# A new way to read news at GBAtemp



## shaunj66 (Jun 30, 2018)

Today we have made some slight changes to the way Promoted News articles are displayed at GBAtemp.

For front-page threads, as well as for those that have been promoted to the front-page by staff - the article will be displayed in a new modern layout that allows for clearer headlines, better readability and a more streamlined approach - including a new sidebar that will allow you to continue reading promoted articles without having to navigate back to the homepage to see them (available on desktop only - window size dependent).

One of the main reasons for this change is to hopefully be included in Google News which would be a huge boost for GBAtemp and allow our articles to be promoted within Google search results as 'news stories' rather than simple search results.

If you would prefer to keep reading news in the old-format you can disable the Modern News layout in your user preferences. Please also note that this layout is not available on TempStyle 1. 

*Example of the Modern News layout:
*


----------



## DarthDub (Jun 30, 2018)

I see myself as the lone like. Am I famous now? Oh, and I like the new format.


----------



## Scarlet (Jun 30, 2018)

DarthDub said:


> I see myself as the lone like. Am I famous now? Oh, and I like the new format.


You're just the only person who still cares about Yo-kai Watch lol


----------



## DarthDub (Jun 30, 2018)

Scarlet said:


> You're just the only person who still cares about Yo-kai Watch lol


Hey any game that's been Japan only that gets a western release always excites me.


----------



## Chary (Jun 30, 2018)

You've done an amazing job with the layout! I'm really excited for the future of the site, especially in regards to google news!


----------



## shaunj66 (Jun 30, 2018)

Chary said:


> You've done an amazing job with the layout! I'm really excited for the future of the site, especially in regards to google news!


It wasn't just me - @Costello and @tj_cool also worked their magic!


----------



## Deleted-355425 (Jun 30, 2018)

Looks good but this actual topic post is killing my malwarebytes protection @ filetrip lol.


----------



## brickmii82 (Jun 30, 2018)

I have just recently discovered that if you remain nostalgic (OG Tempstyle) on Temp, you miss out on a lot of stuff …


----------



## smileyhead (Jun 30, 2018)

I like the new design, although I've already seen GBAtemp news in my Google feed a couple times before.


----------



## CeeDee (Jul 1, 2018)

Seems odd to me, I want to like it, but eh... Nice work, though! And thanks for adding a disable option


----------



## Sonic Angel Knight (Jul 1, 2018)

So can someone tell me why it displays Krista Noren? Is everyone gonna have stuff like that on the front page?


----------



## Pleng (Jul 1, 2018)

brickmii82 said:


> I have just recently discovered that if you remain nostalgic (OG Tempstyle) on Temp, you miss out on a lot of stuff …

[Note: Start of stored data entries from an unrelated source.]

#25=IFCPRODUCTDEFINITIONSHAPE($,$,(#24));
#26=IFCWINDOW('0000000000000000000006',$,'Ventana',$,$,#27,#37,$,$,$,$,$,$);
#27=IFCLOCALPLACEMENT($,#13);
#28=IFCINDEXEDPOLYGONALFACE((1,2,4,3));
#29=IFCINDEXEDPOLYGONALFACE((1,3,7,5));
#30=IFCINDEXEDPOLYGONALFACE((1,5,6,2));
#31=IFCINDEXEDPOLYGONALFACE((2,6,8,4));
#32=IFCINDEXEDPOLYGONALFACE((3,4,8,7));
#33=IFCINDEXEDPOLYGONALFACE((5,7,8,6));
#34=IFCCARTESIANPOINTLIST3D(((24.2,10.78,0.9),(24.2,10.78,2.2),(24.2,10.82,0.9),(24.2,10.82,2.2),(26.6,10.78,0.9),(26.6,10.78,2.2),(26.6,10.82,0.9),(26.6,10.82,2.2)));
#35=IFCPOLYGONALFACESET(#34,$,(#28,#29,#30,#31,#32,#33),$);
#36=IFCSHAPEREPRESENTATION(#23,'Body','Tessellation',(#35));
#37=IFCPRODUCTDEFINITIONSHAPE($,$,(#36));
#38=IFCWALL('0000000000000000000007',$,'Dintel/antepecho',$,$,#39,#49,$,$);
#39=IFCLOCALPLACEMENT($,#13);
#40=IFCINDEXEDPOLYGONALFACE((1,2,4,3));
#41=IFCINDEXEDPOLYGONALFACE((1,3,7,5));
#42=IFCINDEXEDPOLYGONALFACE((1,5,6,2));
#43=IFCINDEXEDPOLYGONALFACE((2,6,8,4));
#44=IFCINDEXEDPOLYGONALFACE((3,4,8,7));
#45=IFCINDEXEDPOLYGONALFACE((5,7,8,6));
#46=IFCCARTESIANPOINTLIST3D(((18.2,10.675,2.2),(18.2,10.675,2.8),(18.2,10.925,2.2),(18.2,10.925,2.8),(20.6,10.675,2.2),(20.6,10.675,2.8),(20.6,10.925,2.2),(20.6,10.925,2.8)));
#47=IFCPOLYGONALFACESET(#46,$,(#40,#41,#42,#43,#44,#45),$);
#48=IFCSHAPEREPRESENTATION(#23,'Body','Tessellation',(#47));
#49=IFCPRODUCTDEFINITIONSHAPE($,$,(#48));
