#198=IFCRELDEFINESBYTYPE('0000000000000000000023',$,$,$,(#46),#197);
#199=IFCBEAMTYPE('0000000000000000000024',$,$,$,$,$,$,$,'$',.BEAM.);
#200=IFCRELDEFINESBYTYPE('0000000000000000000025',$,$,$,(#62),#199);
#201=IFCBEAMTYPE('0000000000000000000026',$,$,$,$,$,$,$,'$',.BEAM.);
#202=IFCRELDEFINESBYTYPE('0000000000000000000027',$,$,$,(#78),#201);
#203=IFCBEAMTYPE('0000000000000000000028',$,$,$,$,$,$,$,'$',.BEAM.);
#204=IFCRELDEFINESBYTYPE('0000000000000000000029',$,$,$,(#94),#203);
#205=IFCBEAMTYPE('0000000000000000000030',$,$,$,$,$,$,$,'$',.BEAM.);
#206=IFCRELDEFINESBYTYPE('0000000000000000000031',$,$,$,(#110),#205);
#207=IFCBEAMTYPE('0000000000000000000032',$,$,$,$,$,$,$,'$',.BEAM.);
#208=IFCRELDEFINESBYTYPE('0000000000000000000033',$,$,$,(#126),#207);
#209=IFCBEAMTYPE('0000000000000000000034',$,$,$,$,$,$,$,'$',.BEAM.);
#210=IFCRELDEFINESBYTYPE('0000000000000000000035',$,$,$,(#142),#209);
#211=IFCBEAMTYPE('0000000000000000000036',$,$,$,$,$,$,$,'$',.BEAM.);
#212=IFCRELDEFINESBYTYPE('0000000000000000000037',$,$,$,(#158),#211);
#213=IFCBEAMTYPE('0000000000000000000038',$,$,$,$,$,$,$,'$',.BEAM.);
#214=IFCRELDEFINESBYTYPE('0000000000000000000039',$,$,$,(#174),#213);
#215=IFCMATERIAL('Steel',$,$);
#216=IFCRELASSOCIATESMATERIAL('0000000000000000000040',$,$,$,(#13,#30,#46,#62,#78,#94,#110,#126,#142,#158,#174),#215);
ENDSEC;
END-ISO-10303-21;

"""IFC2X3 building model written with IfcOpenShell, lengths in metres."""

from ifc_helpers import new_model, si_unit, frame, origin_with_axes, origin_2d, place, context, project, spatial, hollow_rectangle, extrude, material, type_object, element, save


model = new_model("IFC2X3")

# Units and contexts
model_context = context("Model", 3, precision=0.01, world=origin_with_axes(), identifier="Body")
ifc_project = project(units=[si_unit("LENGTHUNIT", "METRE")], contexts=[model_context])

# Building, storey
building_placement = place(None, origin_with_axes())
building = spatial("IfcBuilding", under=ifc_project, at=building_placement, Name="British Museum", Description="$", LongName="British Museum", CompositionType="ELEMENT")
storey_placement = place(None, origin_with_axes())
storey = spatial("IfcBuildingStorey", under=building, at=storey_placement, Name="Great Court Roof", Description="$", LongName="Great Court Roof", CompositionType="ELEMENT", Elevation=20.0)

It's the same in all wakes of life. Move with the times or get left behind...


----------



## Deleted User (Jul 1, 2018)

Sonic Angel Knight said:


> So can someone tell me why it displays Krista Noren? Is everyone gonna have stuff like that on the front page?


If you ever set a real name for your reviews, then it also applies to your news articles as well; for example yours show Lavar Pittman.


----------



## shaunj66 (Jul 1, 2018)

Sonic Angel Knight said:


> So can someone tell me why it displays Krista Noren? Is everyone gonna have stuff like that on the front page?


In order for our news to be accepted into Google News, they require real names to be displayed and not aliases. If you don't have a real name set - for example; user submitted news that gets promoted to the front page, then your username will show.


----------